Troubled Scottish manufacturing firm Burntisland Fabrication (BiFab) is facing renewed survival woes as two Chinese firms look set to fulfil the lion’s share of a multi-million pound North Sea wind farm contract.
Shandong province-based Penglai Jutal Offshore Engineering (PJOE) Heavy Industries and Cooec-Fluor Heavy Industries-owned Zhuhai Fabrication Yard are understood to have snapped up a contract to supply the majority of jackets for the mammoth Seagreen Offshore Wind Farm.
The news follows the announcement on Friday that UAE-headquartered firm Lamprell will supply 30 jackets for the 120-turbine development, planned off the coast of Angus.
French oil giant Total purchased a 51% controlling interest in the £3 billion Seagreen Offshore Wind Farm last week.
A spokeswoman for SSE Renewables, who retain 49%, claimed contracts for the remaining jackets “are still to be negotiated”.
However, new information on Chinese contract wins from a source close to negotiations leaves BiFab’s hopes of securing a five jacket deal hanging in the balance.
The fabrication firm, which once employed 1,400 workers, was rescued from the brink of administration by a £30 million Scottish Government loan two years ago.
The firm now has only a skeleton staff at its yards in Methil, Burntisland and the Isle of Lewis.

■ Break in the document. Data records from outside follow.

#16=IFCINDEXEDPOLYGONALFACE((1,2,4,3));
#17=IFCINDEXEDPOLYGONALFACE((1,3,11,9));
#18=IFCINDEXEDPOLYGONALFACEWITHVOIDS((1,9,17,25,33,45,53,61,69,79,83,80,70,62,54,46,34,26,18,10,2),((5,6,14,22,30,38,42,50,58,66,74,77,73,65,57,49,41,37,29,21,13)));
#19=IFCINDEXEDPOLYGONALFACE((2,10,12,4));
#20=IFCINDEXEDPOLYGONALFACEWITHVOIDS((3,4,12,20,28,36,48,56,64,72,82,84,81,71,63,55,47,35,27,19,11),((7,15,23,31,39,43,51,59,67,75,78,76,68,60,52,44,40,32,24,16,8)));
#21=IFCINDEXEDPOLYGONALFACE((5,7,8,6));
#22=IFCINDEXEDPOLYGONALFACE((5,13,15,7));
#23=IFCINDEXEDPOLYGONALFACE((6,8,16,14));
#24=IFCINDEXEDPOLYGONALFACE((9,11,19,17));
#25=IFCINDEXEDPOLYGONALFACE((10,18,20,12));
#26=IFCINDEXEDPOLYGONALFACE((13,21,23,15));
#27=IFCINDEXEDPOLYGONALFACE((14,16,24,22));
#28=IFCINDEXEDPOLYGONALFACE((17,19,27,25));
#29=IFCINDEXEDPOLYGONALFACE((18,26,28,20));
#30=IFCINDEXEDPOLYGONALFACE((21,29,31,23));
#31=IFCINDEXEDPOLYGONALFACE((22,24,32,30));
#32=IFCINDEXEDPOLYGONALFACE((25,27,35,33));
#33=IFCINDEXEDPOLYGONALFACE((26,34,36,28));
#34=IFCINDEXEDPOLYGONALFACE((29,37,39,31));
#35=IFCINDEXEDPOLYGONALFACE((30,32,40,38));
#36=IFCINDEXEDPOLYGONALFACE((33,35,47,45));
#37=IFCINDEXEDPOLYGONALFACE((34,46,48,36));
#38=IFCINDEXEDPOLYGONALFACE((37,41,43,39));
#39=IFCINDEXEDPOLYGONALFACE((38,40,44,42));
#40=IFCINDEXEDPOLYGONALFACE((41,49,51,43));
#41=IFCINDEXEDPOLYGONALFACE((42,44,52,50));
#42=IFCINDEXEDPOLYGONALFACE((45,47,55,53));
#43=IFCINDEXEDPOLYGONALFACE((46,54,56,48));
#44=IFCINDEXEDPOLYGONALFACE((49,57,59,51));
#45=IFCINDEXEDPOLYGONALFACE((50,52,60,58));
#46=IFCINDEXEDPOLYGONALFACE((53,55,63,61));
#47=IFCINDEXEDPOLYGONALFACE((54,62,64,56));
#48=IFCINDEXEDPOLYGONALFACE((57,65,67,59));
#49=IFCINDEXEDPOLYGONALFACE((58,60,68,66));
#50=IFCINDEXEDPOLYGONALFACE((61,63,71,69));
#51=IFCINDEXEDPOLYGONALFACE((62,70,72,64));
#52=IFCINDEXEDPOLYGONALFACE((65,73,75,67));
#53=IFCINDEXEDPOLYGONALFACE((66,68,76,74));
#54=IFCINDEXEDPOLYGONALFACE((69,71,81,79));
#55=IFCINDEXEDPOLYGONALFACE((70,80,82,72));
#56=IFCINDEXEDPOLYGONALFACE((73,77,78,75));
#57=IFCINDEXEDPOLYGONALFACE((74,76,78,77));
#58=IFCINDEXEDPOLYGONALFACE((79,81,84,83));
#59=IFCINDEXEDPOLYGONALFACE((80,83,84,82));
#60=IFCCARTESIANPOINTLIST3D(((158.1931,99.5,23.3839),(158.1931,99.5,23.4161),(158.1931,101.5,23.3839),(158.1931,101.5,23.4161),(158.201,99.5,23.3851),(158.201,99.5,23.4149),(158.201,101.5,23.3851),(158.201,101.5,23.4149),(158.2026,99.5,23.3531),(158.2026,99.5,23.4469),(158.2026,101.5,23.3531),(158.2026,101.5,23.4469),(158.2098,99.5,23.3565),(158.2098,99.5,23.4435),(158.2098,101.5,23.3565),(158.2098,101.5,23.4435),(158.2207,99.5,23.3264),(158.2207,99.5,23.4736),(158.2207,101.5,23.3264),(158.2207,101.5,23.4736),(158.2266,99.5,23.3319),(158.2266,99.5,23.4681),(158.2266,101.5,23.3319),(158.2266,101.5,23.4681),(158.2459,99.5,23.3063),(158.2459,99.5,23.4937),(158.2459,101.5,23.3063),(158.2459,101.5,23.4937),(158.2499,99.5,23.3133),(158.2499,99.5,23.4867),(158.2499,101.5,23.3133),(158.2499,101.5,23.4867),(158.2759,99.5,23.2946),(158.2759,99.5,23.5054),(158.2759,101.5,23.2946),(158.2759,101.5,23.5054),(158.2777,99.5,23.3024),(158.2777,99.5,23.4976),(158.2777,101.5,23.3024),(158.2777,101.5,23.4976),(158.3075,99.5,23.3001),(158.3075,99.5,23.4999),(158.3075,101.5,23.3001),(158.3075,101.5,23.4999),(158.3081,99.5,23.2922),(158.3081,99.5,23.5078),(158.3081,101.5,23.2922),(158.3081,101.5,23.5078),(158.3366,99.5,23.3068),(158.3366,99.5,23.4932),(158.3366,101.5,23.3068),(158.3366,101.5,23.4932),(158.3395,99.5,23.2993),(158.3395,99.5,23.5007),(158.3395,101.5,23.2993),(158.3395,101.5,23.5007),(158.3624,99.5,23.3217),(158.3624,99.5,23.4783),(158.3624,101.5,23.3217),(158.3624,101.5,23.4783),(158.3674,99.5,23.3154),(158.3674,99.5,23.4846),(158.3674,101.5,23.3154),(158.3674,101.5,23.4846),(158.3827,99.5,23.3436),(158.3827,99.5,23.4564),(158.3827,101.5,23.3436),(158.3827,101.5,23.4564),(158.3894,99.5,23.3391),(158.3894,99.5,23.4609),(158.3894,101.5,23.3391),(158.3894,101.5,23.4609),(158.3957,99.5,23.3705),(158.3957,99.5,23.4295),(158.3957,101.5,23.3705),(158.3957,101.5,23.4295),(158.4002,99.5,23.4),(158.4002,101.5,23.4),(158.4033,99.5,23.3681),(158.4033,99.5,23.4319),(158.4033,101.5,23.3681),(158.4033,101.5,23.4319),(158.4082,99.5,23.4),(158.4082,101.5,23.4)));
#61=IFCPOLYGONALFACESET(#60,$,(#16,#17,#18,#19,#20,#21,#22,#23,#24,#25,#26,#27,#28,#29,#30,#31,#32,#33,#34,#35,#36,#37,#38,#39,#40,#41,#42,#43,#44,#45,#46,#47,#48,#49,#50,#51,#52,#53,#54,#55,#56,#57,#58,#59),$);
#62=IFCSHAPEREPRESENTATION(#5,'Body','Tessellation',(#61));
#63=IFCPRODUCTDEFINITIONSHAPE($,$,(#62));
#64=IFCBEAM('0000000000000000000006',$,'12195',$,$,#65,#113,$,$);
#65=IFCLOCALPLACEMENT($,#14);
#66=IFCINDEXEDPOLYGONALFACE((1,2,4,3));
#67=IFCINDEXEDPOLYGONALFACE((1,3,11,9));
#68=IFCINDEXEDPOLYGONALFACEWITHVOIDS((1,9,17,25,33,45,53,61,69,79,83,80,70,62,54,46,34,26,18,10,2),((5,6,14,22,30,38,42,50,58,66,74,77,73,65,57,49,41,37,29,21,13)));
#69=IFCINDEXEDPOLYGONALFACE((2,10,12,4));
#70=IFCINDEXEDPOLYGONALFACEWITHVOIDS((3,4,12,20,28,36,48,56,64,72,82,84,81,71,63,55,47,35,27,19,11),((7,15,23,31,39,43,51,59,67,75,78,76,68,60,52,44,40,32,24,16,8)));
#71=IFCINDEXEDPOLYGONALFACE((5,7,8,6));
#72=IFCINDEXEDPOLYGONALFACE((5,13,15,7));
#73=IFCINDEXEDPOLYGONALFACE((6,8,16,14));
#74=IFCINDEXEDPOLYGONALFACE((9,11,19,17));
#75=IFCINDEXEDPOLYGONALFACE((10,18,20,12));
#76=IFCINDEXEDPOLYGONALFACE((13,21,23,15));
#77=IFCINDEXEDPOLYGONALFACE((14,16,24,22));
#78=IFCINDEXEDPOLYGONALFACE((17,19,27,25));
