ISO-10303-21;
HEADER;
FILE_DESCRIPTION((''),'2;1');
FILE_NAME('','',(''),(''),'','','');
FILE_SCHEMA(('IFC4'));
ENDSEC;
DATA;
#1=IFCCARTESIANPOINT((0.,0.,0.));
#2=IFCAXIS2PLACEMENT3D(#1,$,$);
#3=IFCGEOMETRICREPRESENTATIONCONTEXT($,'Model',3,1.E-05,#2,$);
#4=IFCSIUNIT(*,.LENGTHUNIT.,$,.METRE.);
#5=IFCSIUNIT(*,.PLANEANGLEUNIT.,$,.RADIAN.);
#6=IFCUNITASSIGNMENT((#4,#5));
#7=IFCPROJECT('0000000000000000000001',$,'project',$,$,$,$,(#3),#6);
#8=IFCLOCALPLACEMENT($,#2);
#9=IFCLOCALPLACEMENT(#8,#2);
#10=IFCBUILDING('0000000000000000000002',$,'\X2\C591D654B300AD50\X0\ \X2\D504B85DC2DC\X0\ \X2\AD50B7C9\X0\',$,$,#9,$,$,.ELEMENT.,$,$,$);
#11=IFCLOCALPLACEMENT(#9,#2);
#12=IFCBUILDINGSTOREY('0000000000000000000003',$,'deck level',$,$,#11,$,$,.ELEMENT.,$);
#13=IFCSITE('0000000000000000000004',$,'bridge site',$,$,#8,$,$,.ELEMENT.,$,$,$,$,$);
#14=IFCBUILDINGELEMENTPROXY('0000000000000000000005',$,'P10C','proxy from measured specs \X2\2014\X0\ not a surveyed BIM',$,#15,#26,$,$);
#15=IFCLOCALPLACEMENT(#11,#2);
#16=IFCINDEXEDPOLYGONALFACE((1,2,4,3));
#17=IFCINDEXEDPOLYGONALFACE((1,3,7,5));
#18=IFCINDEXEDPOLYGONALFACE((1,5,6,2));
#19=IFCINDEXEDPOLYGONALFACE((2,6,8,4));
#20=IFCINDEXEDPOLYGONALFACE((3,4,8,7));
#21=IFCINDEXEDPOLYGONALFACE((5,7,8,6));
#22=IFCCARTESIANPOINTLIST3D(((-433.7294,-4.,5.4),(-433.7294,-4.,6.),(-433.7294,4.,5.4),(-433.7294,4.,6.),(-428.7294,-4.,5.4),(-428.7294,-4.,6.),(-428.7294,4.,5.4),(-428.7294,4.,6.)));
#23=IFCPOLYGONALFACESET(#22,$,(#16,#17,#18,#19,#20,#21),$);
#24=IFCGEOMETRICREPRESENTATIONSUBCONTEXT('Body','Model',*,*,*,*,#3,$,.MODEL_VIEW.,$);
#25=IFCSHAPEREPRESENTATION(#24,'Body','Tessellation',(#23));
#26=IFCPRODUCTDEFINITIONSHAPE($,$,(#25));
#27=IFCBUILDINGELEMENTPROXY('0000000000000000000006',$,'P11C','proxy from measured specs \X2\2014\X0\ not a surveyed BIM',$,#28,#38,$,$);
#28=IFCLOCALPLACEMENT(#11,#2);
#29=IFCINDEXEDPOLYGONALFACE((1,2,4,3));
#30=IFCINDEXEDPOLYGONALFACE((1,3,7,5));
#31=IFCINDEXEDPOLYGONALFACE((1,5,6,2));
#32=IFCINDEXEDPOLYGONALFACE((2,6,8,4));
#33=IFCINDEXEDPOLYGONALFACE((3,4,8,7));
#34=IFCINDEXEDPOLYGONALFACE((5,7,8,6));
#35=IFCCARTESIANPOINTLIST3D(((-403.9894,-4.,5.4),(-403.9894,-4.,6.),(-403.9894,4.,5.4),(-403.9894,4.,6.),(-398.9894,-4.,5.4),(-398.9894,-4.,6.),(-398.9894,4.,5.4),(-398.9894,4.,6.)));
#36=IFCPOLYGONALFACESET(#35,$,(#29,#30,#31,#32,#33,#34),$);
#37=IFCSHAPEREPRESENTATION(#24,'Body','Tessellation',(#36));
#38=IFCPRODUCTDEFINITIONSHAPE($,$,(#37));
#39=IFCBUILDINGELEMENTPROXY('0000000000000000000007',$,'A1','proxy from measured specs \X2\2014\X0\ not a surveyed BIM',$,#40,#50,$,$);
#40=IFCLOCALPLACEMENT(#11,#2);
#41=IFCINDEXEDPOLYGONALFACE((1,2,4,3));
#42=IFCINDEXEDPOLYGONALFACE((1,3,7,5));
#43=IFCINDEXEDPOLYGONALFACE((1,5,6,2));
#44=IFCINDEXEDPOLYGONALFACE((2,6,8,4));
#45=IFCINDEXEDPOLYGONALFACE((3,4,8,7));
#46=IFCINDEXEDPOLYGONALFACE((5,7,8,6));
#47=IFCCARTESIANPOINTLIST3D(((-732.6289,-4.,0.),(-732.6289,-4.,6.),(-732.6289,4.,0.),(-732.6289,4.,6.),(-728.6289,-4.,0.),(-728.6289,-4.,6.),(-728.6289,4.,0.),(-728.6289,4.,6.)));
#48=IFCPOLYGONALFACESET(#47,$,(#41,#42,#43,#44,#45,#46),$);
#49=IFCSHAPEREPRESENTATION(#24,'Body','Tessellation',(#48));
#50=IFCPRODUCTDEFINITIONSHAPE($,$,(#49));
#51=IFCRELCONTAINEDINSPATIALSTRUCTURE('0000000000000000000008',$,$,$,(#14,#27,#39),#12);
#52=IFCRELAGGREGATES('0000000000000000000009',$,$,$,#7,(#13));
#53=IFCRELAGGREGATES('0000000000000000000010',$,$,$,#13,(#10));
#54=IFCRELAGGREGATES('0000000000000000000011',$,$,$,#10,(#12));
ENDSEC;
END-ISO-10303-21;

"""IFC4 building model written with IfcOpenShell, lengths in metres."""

from ifc_helpers import new_model, si_unit, frame, origin, origin_2d, place, context, subcontext, project, spatial, rectangle, extrude, element, save


model = new_model("IFC4")

# Units and contexts
model_context = context("Model", 3, precision=1e-05, world=origin())
body_context = subcontext(model_context, "Body", "Model", "MODEL_VIEW")
ifc_project = project(units=[si_unit("LENGTHUNIT", "METRE"), si_unit("PLANEANGLEUNIT", "RADIAN")], contexts=[model_context])

# Site, building, storey
site_placement = place(None, origin())
site = spatial("IfcSite", under=ifc_project, at=site_placement, Name="bridge site", CompositionType="ELEMENT")
building_placement = place(site_placement, origin())
building = spatial("IfcBuilding", under=site, at=building_placement, Name="양화대교 프록시 교량", CompositionType="ELEMENT")
storey_placement = place(building_placement, origin())
storey = spatial("IfcBuildingStorey", under=building, at=storey_placement, Name="deck level", CompositionType="ELEMENT")

# Building element proxies
for number, where, name in (
    (1, (-431.2294, 0.0, 5.4), "P10C"),
    (2, (-401.4894, 0.0, 5.4), "P11C"),
):
    element("IfcBuildingElementProxy", number, at=place(storey_placement, frame(where)), inside=storey, Name=name, Description="proxy from measured specs — not a surveyed BIM", context=body_context, shape_type="SweptSolid", body=[
        extrude(rectangle(XDim=5.0, YDim=8.0, at=origin_2d()), origin(), (0.0, 0.0, 1.0), 0.6),
    ])
proxy_placement = place(storey_placement, frame((-730.6289, 0.0, 0.0)))
element("IfcBuildingElementProxy", 3, at=proxy_placement, inside=storey, Name="A1", Description="proxy from measured specs — not a surveyed BIM", context=body_context, shape_type="SweptSolid", body=[
    extrude(rectangle(XDim=4.0, YDim=8.0, at=origin_2d()), origin(), (0.0, 0.0, 1.0), 6.0),
])

save(model, "model.ifc")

BiFab’s Canadian owners DF Barnes refused to comment on the news.
But a spokesman for trade union GMB Scotland said: “If this speculation is true, it’s more dismal news for BiFab”.
He added: “It looks like ‘business as usual’ for our offshore wind sector, with the lion’s share of another billion pound project being built anywhere but Scotland..
“We desperately need some good news for BiFab but yet again it looks like Scotland’s manufacturing future is being hawked to the rest of the world, and with it the hopes of our communities who depend on the success of these yards.”
Zhuhai Fabrication Yard one of the largest in the world, is located in a free trade zone and boasts a “low-cost, skilled” workforce.
It has supplied topside modules for a number of Chinese oil and gas projects.
The PJOE yard, located in Penglai, China, specialises in the fabrication of heavy steel structures for the mining and oil and gas industry.